But! We are gonna knock out one of those short term goals. Pick one of them and that it what you will be imagining during your RCs and before bed. Write down stabilize, and next to it, *short term goal. Do not pick "have a long LD" because this is the one we are already working on.  :smiley: 

I do not know how often you wake back to bed (WBTB), but you should try it 3 times this week. When you do, try it at varying times and see which one gives you better (more vivid and aware) dreams. When going back to sleep, you should imagine the dream you just exited and imagine becoming lucid during that. Do this 3-5 times at least (more if you are doing an hour WBTB, but most of my WBTBs are about 5 minutes). This should renew your goals in your mind as well as increase the chance for DILD.

How to get past your weaknesses.
Ok, a little lazy. This generation is filled with people that are lazy, it is no surprise. I can give you some assignments to work with in order to combat laziness if you like. They are not completely lucid dream stuff, but they will be related to breaking habits that inhibit LDing. I also have some stuff that can help you keep your mind active. 

Summary activities for the week:
30 second RCs throughout the day
10 minutes of "visual meditation", or "daydreaming" (as I call it) before you go to sleep. (this can also be done with lights off, when laying in bed. Must be done though)
20 minutes of ^^^ 2 times this week. Doesn't matter what days.

Reading for the week:
My Tutorial for extending Lucid Dream Time. Hours of LD. - Lucid Dreaming - Dream Views <My fav stabilization tutorial
When stabilizing I also like to run my tongue through my mouth. I also say "I'm dreaming" over and over to keep lucidity if I don't seem to have a full grasp on it. I would recommend doing this at all times unless it contradicts a task.

*Edit:*
If you have any questions about this, just ask. remember to post at the end of 1 week. If you wish to start it on a different day, so you can always be sure to post a summary, then post what day you plan on starting. Post any comments you have during the daydreaming as well, and after every LD.

----------


## reyfran

Just call me rey!

Usually i would remember my goals. usually it includes mantra and visualizing. but i think i must try it again. in my last LD (tuesday) i remembered my goal though. I never try to put "stabilizing" in my goals, which can be the problem cuz i rarely stabilize i think. i do not know what time do i become lucid.

before sleeping, why do i have to imagine i am in one of my previous dreams? Can't i just imagine a new situation (a completely known location like my school)? Someone asked this in my blog too actually.

I think i will try the eat something goal first.

I used WBTB in 2012. I like it cuz it gives me these highly vivid dreams. But i do it no more since i do DEILD (i can not!?!?). Should i do WBTB or DEILD? 

*Thursday, 7 march 2013*Technique : DEILD
Dream: non-lucid dream.

I was failed in keeping my mind awake. i moved when the alarm was ringing. i thought "moving a little bit is alright since it will just increase the time for me to get SP". i counted from 100-1, but sometimes stopped in the middle of the counting since i was going to sleep mode. aaand i slept unconsciously (like i said, i have troubles with keeping my mind awake.. i just dont know how..)

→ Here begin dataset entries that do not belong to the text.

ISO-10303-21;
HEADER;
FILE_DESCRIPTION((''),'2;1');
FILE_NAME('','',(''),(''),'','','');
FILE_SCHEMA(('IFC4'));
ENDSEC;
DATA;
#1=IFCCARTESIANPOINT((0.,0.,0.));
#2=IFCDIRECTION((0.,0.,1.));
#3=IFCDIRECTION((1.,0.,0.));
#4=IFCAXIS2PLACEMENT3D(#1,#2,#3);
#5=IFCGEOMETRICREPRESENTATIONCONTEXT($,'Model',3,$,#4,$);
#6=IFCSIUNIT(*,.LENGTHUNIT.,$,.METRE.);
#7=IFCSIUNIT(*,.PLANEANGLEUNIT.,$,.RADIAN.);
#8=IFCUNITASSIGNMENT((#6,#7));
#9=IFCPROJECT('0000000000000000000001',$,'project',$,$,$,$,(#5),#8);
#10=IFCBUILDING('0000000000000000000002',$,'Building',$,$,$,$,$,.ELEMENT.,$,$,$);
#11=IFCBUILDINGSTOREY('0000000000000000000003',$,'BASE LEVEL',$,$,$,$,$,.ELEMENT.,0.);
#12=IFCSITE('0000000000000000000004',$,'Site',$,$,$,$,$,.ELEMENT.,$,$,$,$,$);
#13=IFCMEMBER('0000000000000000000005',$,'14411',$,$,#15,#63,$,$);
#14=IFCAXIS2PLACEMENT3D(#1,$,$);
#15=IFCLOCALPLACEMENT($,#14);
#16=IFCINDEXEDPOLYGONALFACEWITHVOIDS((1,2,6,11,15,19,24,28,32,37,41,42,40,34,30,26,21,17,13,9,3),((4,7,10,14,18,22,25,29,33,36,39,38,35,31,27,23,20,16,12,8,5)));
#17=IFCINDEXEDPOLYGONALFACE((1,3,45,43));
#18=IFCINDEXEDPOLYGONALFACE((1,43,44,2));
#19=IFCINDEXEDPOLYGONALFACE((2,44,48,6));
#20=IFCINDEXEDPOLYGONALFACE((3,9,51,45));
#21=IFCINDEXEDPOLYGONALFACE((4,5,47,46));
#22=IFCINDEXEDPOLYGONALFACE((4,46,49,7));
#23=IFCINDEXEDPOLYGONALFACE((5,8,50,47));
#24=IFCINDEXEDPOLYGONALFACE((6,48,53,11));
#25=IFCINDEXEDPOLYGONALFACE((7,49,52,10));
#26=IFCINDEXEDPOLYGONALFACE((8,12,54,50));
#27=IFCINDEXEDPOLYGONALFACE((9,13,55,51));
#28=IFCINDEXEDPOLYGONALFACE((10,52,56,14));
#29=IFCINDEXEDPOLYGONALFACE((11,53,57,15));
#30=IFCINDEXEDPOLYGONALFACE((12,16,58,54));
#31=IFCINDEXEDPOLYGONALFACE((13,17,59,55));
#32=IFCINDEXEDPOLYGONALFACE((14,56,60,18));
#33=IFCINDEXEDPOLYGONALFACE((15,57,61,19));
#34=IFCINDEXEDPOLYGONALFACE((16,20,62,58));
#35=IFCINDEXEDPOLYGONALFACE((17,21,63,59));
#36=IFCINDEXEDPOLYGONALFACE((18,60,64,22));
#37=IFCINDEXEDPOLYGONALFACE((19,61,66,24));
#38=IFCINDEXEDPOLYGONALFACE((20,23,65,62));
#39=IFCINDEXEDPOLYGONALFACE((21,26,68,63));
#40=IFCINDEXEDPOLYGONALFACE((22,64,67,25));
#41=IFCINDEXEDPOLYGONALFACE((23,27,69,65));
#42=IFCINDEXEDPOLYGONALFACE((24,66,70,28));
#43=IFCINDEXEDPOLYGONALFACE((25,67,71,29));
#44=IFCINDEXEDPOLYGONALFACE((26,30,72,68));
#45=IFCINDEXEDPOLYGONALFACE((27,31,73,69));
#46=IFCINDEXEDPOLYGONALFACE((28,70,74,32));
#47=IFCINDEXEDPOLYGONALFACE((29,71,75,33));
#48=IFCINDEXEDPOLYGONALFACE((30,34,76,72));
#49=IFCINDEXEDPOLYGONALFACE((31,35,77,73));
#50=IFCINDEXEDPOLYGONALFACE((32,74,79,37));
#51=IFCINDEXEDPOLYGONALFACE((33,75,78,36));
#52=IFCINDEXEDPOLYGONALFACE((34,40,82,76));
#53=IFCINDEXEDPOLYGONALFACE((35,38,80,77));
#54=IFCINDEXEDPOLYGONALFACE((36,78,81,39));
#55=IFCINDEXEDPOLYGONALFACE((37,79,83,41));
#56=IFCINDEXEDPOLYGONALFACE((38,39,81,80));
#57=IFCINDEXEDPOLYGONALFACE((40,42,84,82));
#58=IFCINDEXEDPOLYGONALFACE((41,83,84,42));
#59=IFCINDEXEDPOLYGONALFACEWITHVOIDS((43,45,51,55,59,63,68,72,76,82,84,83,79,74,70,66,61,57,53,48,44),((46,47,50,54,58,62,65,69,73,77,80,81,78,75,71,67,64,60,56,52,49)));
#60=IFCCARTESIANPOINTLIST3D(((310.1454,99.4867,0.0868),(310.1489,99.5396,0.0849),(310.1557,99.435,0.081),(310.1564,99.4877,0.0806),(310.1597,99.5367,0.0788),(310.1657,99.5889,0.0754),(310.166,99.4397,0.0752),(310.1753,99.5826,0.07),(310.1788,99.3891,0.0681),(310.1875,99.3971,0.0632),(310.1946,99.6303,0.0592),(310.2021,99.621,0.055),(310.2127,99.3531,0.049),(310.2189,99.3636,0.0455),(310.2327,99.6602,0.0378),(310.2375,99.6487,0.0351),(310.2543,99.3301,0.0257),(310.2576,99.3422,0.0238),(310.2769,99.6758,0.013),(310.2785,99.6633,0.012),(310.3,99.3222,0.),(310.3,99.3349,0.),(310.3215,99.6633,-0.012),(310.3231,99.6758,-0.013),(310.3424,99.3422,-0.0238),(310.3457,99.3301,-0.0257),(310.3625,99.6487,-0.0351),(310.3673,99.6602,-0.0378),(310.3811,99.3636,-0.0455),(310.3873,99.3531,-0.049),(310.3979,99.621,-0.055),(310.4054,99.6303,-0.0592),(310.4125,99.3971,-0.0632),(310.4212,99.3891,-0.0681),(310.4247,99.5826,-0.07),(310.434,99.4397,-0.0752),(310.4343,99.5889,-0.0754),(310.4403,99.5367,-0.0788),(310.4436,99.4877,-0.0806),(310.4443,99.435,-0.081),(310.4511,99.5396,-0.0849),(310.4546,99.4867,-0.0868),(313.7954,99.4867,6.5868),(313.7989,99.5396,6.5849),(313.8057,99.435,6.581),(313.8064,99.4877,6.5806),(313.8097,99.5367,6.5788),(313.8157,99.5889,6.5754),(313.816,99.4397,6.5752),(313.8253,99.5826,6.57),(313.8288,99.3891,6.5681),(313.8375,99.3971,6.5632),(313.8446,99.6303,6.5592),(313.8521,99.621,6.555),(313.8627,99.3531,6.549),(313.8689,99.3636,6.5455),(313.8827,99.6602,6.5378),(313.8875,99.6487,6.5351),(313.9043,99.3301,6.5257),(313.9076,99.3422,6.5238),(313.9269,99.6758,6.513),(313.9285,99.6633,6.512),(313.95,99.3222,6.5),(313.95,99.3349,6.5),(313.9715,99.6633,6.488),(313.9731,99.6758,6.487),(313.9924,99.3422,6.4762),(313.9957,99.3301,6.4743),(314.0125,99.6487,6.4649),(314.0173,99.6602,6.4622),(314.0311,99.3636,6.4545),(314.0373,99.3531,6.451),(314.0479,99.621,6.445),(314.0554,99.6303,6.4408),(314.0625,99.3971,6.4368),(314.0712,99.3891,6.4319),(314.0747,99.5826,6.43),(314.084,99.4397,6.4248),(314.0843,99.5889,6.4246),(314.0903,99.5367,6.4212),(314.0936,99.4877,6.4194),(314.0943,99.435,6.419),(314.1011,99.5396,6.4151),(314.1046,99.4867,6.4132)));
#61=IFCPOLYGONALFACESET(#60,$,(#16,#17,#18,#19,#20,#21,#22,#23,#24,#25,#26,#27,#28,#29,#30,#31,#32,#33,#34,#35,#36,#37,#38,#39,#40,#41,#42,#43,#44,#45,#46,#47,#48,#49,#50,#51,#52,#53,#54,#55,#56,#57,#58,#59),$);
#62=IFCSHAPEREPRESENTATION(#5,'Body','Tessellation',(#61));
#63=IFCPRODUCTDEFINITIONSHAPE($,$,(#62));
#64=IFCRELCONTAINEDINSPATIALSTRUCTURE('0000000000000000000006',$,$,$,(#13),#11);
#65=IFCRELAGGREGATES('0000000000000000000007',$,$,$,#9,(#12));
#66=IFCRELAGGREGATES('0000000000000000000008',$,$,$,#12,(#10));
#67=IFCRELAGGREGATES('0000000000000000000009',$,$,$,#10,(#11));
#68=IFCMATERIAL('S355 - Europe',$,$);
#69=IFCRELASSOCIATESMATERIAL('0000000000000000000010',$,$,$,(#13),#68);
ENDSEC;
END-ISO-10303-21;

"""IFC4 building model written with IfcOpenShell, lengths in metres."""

from ifc_helpers import new_model, si_unit, frame, origin_with_axes, origin_2d_with_axis, place, context, project, spatial, hollow_circle, extrude, material, material_profile, profile_set, profile_usage, element, save


model = new_model("IFC4")

# Units and contexts
model_context = context("Model", 3, world=origin_with_axes())
ifc_project = project(units=[si_unit("LENGTHUNIT", "METRE"), si_unit("PLANEANGLEUNIT", "RADIAN")], contexts=[model_context])

# Site, building, storey
site = spatial("IfcSite", under=ifc_project, Name="Site", CompositionType="ELEMENT")
building = spatial("IfcBuilding", under=site, Name="Building", CompositionType="ELEMENT")
storey = spatial("IfcBuildingStorey", under=building, Name="BASE LEVEL", CompositionType="ELEMENT", Elevation=0.0)

# Shared definitions
ifc_material = material(Name="S355 - Europe")

# Member
ifc_material_profile_1 = material_profile(ifc_material, hollow_circle(Radius=0.1778, WallThickness=0.0127, at=origin_2d_with_axis()))
ifc_profile_set_1 = profile_set([ifc_material_profile_1])
ifc_profile_usage_1 = profile_usage(ifc_profile_set_1, cardinal=10)
member_1_placement = place(None, frame((313.95, 99.5, 6.5), z_axis=(-0.489624, 0.0, -0.871934), x_axis=(0.0, -1.0, 0.0)))
element("IfcMember", 1, at=member_1_placement, inside=storey, material=ifc_profile_usage_1, Name="14411", context=model_context, shape_type="SweptSolid", body=[
    extrude(hollow_circle(Radius=0.1778, WallThickness=0.0127, at=origin_2d_with_axis()), origin_with_axes(), (0.0, 0.0, 1.0), 7.4547),
])

save(model, "model.ifc")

i recalled 2 dreams last night. one of them is really blurry, while the other one is more vivid and clearer. both of them are not LD. the first one i forgot since i didn't write it down in the morning (damn you laziness!), while the second, i probably have forget about it, if i didn't "stay still and think about your dream" method.

oh ya, i don't know if this have something to do with LD, but when i woke up this morning, i saw an old grandpa looking at me, and slowly fading away. my friends said it was a ghost, but i don't think so since i tried to think rationally. my father said it maybe caused by LD, althouth i believe it is not caused by that. when i saw him, i was stunned and didn't do anything. (he wasn't really clear actually). when he is gone, my mind finally went "this is a dream", and did lots of RCs, but i was not dreaming. do you know why did that happened?

----------


## Sensei

> before sleeping, why do i have to imagine i am in one of my previous dreams? Can't i just imagine a new situation (a completely known location like my school)? Someone asked this in my blog too actually.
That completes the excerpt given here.